◆ **What is needed**
Could you find each line of the data below that contains the word "SweptSolid" and copy those lines?

── Information supplied

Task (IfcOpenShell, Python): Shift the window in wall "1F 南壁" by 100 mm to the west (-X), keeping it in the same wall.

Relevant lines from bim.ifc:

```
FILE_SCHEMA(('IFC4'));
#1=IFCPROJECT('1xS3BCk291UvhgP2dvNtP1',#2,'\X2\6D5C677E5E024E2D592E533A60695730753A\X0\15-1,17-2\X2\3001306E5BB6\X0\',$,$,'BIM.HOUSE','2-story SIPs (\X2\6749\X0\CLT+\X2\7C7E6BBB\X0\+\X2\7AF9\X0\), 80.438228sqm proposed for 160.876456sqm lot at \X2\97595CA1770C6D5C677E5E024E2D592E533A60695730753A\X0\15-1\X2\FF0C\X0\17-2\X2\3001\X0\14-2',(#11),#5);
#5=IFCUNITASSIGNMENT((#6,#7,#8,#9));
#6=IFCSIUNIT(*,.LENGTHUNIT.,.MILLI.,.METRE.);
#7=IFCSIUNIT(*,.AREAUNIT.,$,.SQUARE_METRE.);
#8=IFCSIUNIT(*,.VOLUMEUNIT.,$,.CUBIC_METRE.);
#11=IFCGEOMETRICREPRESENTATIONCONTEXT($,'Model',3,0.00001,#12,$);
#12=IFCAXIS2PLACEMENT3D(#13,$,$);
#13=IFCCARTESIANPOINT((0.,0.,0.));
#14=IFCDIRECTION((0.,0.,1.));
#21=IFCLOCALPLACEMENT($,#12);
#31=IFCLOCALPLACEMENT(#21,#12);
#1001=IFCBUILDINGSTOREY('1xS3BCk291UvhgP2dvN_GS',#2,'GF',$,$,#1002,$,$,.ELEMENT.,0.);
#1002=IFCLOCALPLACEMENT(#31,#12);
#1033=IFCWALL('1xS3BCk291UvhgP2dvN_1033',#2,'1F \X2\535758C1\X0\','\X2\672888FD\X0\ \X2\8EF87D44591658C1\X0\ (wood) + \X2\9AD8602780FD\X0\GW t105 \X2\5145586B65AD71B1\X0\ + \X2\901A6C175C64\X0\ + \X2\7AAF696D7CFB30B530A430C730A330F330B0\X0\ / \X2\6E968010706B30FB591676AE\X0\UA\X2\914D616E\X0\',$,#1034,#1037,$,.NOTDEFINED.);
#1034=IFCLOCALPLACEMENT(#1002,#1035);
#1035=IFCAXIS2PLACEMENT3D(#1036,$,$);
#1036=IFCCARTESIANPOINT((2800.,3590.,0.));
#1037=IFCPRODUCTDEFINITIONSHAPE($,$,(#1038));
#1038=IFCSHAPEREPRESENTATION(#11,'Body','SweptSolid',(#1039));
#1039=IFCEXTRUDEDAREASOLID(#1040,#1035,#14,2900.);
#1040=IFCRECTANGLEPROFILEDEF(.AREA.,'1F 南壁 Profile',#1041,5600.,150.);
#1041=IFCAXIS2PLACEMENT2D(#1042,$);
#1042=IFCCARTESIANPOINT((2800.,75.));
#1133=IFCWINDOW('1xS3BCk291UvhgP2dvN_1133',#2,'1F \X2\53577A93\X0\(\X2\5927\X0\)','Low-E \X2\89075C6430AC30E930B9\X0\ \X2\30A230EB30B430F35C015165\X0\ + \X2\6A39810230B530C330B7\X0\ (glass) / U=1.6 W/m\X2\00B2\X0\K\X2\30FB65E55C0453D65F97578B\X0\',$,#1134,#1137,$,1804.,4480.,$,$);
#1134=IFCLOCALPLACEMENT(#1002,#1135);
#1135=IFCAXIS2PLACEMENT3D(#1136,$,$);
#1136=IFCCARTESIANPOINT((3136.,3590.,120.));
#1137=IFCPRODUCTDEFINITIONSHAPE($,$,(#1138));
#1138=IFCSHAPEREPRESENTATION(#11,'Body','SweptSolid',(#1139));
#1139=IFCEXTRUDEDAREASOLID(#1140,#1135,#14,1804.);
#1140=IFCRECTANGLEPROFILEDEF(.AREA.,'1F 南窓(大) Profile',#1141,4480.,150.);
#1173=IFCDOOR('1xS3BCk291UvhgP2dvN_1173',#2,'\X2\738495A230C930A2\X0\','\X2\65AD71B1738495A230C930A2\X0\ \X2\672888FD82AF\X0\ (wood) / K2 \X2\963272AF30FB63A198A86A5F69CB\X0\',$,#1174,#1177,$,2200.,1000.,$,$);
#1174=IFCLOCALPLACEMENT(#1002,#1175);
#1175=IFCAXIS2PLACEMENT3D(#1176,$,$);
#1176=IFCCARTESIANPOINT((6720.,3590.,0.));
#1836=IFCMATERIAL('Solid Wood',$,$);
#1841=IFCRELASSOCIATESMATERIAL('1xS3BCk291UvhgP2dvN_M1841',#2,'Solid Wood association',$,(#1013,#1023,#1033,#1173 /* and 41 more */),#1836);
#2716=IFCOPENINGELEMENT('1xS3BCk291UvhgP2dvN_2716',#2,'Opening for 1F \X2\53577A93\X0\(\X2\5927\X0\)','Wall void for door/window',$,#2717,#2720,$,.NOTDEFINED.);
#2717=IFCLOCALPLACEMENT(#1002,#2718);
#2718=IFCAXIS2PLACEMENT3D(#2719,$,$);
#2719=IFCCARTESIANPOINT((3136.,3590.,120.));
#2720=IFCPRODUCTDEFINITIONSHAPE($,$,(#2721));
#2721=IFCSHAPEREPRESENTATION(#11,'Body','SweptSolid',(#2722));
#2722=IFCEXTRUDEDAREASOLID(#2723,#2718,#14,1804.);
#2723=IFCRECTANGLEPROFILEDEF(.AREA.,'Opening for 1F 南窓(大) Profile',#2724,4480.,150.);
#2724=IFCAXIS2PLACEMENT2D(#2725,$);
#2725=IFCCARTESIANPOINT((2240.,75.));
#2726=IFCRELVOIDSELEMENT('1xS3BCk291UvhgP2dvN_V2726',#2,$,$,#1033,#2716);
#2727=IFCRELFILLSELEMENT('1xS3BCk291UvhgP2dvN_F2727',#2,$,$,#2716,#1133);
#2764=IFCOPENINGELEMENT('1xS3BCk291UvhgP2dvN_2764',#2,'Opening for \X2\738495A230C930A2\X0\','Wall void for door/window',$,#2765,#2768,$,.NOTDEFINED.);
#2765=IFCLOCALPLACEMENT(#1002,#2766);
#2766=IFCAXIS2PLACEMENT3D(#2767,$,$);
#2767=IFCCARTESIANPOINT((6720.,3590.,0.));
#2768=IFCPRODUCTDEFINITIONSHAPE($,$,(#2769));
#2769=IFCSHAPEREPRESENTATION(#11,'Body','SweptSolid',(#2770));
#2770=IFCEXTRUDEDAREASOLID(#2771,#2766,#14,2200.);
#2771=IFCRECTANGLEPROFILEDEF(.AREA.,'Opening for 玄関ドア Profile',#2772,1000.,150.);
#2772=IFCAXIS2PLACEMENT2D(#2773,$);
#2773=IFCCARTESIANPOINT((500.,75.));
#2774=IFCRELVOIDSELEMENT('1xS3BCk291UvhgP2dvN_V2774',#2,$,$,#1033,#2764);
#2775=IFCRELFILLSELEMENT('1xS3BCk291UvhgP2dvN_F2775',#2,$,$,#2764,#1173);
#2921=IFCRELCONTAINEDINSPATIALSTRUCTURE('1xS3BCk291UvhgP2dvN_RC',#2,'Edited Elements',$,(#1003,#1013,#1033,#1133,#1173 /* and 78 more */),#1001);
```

```python
import ifcopenshell
import ifcopenshell.api.geometry
import ifcopenshell.util.placement

model = ifcopenshell.open("bim.ifc")

window = model.by_id(1133)
opening = window.FillsVoids[0].RelatingOpeningElement
wall = opening.VoidsElements[0].RelatingBuildingElement

wall_matrix = ifcopenshell.util.placement.get_local_placement(wall.ObjectPlacement)
shift = wall_matrix[:3, 0] * -100.0
before = ifcopenshell.util.placement.get_local_placement(window.ObjectPlacement)[:3, 3].copy()

# The window is not placed relative to its opening, so move both.
for product in (opening, window):
    matrix = ifcopenshell.util.placement.get_local_placement(product.ObjectPlacement)
    matrix[:3, 3] += shift
    ifcopenshell.api.geometry.edit_object_placement(model, product=product, matrix=matrix, is_si=False)

after = ifcopenshell.util.placement.get_local_placement(window.ObjectPlacement)[:3, 3]
print("window moved by", (after - before).round(3) + 0.0)

model.write("bim_v2.ifc")
```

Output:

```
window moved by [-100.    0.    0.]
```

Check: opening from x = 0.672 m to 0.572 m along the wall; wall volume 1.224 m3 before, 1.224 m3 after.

────

◆ **Task output**
#1038=IFCSHAPEREPRESENTATION(#11,'Body','SweptSolid',(#1039));
#1138=IFCSHAPEREPRESENTATION(#11,'Body','SweptSolid',(#1139));
#2721=IFCSHAPEREPRESENTATION(#11,'Body','SweptSolid',(#2722));
#2769=IFCSHAPEREPRESENTATION(#11,'Body','SweptSolid',(#2770));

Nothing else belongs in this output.